→ ASSIGNMENT: Print the listing below in full. Alter nothing.

→ EXTRACTED MATERIAL:
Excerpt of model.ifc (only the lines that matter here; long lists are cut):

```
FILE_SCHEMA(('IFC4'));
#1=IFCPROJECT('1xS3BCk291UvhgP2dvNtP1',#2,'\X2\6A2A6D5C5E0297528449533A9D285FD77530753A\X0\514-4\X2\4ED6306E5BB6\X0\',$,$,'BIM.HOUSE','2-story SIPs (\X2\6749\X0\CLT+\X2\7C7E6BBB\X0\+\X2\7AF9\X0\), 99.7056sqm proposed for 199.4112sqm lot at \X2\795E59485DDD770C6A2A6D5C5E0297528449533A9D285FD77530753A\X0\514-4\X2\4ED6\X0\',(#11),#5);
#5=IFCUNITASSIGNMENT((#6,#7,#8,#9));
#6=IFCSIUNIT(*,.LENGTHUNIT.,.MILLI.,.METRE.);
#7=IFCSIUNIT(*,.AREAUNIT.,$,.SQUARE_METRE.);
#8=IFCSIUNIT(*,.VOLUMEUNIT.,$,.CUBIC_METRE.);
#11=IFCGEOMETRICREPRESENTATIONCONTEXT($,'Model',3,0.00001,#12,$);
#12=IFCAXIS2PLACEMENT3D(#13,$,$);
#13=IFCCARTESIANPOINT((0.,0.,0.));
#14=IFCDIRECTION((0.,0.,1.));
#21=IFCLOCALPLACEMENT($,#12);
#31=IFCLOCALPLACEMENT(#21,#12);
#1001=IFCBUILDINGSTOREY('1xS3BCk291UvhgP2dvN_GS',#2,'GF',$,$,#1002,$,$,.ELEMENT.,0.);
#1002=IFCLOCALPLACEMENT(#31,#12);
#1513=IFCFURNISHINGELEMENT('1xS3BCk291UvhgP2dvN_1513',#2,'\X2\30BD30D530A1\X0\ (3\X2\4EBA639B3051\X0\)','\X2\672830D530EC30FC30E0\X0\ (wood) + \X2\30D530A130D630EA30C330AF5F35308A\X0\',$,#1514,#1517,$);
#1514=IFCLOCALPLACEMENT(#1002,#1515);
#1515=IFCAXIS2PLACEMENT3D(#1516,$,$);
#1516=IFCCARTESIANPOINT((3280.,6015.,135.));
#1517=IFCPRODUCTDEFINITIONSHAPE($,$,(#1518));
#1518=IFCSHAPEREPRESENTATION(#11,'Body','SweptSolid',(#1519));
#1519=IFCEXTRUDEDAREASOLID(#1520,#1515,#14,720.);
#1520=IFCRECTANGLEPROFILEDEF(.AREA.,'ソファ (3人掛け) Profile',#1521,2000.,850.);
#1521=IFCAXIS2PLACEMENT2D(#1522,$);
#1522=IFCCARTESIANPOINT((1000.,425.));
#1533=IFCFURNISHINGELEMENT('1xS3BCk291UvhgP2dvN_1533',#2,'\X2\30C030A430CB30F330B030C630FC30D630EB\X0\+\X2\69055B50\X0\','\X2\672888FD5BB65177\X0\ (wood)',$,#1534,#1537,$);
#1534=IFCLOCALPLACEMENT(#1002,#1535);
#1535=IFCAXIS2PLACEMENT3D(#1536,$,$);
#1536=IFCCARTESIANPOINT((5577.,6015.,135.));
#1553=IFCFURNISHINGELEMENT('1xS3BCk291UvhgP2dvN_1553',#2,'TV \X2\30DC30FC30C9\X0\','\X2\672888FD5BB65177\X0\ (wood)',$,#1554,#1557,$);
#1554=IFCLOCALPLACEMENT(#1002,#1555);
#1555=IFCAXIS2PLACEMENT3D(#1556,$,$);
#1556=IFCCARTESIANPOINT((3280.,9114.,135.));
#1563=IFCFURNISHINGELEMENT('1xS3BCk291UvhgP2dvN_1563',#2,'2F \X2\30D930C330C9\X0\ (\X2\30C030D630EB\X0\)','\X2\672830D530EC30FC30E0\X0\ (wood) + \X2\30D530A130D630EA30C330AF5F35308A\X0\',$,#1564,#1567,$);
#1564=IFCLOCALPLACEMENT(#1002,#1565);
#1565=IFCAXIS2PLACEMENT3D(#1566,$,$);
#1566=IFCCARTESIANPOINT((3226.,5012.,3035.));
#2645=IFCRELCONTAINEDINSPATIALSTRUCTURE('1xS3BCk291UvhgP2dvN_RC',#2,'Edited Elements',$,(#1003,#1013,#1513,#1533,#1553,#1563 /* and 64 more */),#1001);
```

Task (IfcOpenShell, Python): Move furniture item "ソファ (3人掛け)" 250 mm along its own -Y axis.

```python
import ifcopenshell
import ifcopenshell.api.geometry
import ifcopenshell.util.placement
import ifcopenshell.util.unit

model = ifcopenshell.open("model.ifc")
unit_scale = ifcopenshell.util.unit.calculate_unit_scale(model)

item = model.by_id(1513)
matrix = ifcopenshell.util.placement.get_local_placement(item.ObjectPlacement)
matrix[:3, 3] -= matrix[:3, 1] * 0.25 / unit_scale
ifcopenshell.api.geometry.edit_object_placement(model, product=item, matrix=matrix, is_si=False)

print(ifcopenshell.util.placement.get_local_placement(item.ObjectPlacement).round(3) + 0.0)

model.write("model-out.ifc")
```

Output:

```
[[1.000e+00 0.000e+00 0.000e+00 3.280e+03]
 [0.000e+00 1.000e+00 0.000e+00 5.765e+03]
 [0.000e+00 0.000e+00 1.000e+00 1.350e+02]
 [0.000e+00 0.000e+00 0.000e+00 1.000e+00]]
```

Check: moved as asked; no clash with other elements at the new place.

→ TASK OUTPUT:
Excerpt of model.ifc (only the lines that matter here; long lists are cut):

```
FILE_SCHEMA(('IFC4'));
#1=IFCPROJECT('1xS3BCk291UvhgP2dvNtP1',#2,'\X2\6A2A6D5C5E0297528449533A9D285FD77530753A\X0\514-4\X2\4ED6306E5BB6\X0\',$,$,'BIM.HOUSE','2-story SIPs (\X2\6749\X0\CLT+\X2\7C7E6BBB\X0\+\X2\7AF9\X0\), 99.7056sqm proposed for 199.4112sqm lot at \X2\795E59485DDD770C6A2A6D5C5E0297528449533A9D285FD77530753A\X0\514-4\X2\4ED6\X0\',(#11),#5);
#5=IFCUNITASSIGNMENT((#6,#7,#8,#9));
#6=IFCSIUNIT(*,.LENGTHUNIT.,.MILLI.,.METRE.);
#7=IFCSIUNIT(*,.AREAUNIT.,$,.SQUARE_METRE.);
#8=IFCSIUNIT(*,.VOLUMEUNIT.,$,.CUBIC_METRE.);
#11=IFCGEOMETRICREPRESENTATIONCONTEXT($,'Model',3,0.00001,#12,$);
#12=IFCAXIS2PLACEMENT3D(#13,$,$);
#13=IFCCARTESIANPOINT((0.,0.,0.));
#14=IFCDIRECTION((0.,0.,1.));
#21=IFCLOCALPLACEMENT($,#12);
#31=IFCLOCALPLACEMENT(#21,#12);
#1001=IFCBUILDINGSTOREY('1xS3BCk291UvhgP2dvN_GS',#2,'GF',$,$,#1002,$,$,.ELEMENT.,0.);
#1002=IFCLOCALPLACEMENT(#31,#12);
#1513=IFCFURNISHINGELEMENT('1xS3BCk291UvhgP2dvN_1513',#2,'\X2\30BD30D530A1\X0\ (3\X2\4EBA639B3051\X0\)','\X2\672830D530EC30FC30E0\X0\ (wood) + \X2\30D530A130D630EA30C330AF5F35308A\X0\',$,#1514,#1517,$);
#1514=IFCLOCALPLACEMENT(#1002,#1515);
#1515=IFCAXIS2PLACEMENT3D(#1516,$,$);
#1516=IFCCARTESIANPOINT((3280.,6015.,135.));
#1517=IFCPRODUCTDEFINITIONSHAPE($,$,(#1518));
#1518=IFCSHAPEREPRESENTATION(#11,'Body','SweptSolid',(#1519));
#1519=IFCEXTRUDEDAREASOLID(#1520,#1515,#14,720.);
#1520=IFCRECTANGLEPROFILEDEF(.AREA.,'ソファ (3人掛け) Profile',#1521,2000.,850.);
#1521=IFCAXIS2PLACEMENT2D(#1522,$);
#1522=IFCCARTESIANPOINT((1000.,425.));
#1533=IFCFURNISHINGELEMENT('1xS3BCk291UvhgP2dvN_1533',#2,'\X2\30C030A430CB30F330B030C630FC30D630EB\X0\+\X2\69055B50\X0\','\X2\672888FD5BB65177\X0\ (wood)',$,#1534,#1537,$);
#1534=IFCLOCALPLACEMENT(#1002,#1535);
#1535=IFCAXIS2PLACEMENT3D(#1536,$,$);
#1536=IFCCARTESIANPOINT((5577.,6015.,135.));
#1553=IFCFURNISHINGELEMENT('1xS3BCk291UvhgP2dvN_1553',#2,'TV \X2\30DC30FC30C9\X0\','\X2\672888FD5BB65177\X0\ (wood)',$,#1554,#1557,$);
#1554=IFCLOCALPLACEMENT(#1002,#1555);
#1555=IFCAXIS2PLACEMENT3D(#1556,$,$);
#1556=IFCCARTESIANPOINT((3280.,9114.,135.));
#1563=IFCFURNISHINGELEMENT('1xS3BCk291UvhgP2dvN_1563',#2,'2F \X2\30D930C330C9\X0\ (\X2\30C030D630EB\X0\)','\X2\672830D530EC30FC30E0\X0\ (wood) + \X2\30D530A130D630EA30C330AF5F35308A\X0\',$,#1564,#1567,$);
#1564=IFCLOCALPLACEMENT(#1002,#1565);
#1565=IFCAXIS2PLACEMENT3D(#1566,$,$);
#1566=IFCCARTESIANPOINT((3226.,5012.,3035.));
#2645=IFCRELCONTAINEDINSPATIALSTRUCTURE('1xS3BCk291UvhgP2dvN_RC',#2,'Edited Elements',$,(#1003,#1013,#1513,#1533,#1553,#1563 /* and 64 more */),#1001);
```

Task (IfcOpenShell, Python): Move furniture item "ソファ (3人掛け)" 250 mm along its own -Y axis.

```python
import ifcopenshell
import ifcopenshell.api.geometry
import ifcopenshell.util.placement
import ifcopenshell.util.unit

model = ifcopenshell.open("model.ifc")
unit_scale = ifcopenshell.util.unit.calculate_unit_scale(model)

item = model.by_id(1513)
matrix = ifcopenshell.util.placement.get_local_placement(item.ObjectPlacement)
matrix[:3, 3] -= matrix[:3, 1] * 0.25 / unit_scale
ifcopenshell.api.geometry.edit_object_placement(model, product=item, matrix=matrix, is_si=False)

print(ifcopenshell.util.placement.get_local_placement(item.ObjectPlacement).round(3) + 0.0)

model.write("model-out.ifc")
```

Output:

```
[[1.000e+00 0.000e+00 0.000e+00 3.280e+03]
 [0.000e+00 1.000e+00 0.000e+00 5.765e+03]
 [0.000e+00 0.000e+00 1.000e+00 1.350e+02]
 [0.000e+00 0.000e+00 0.000e+00 1.000e+00]]
```

Check: moved as asked; no clash with other elements at the new place.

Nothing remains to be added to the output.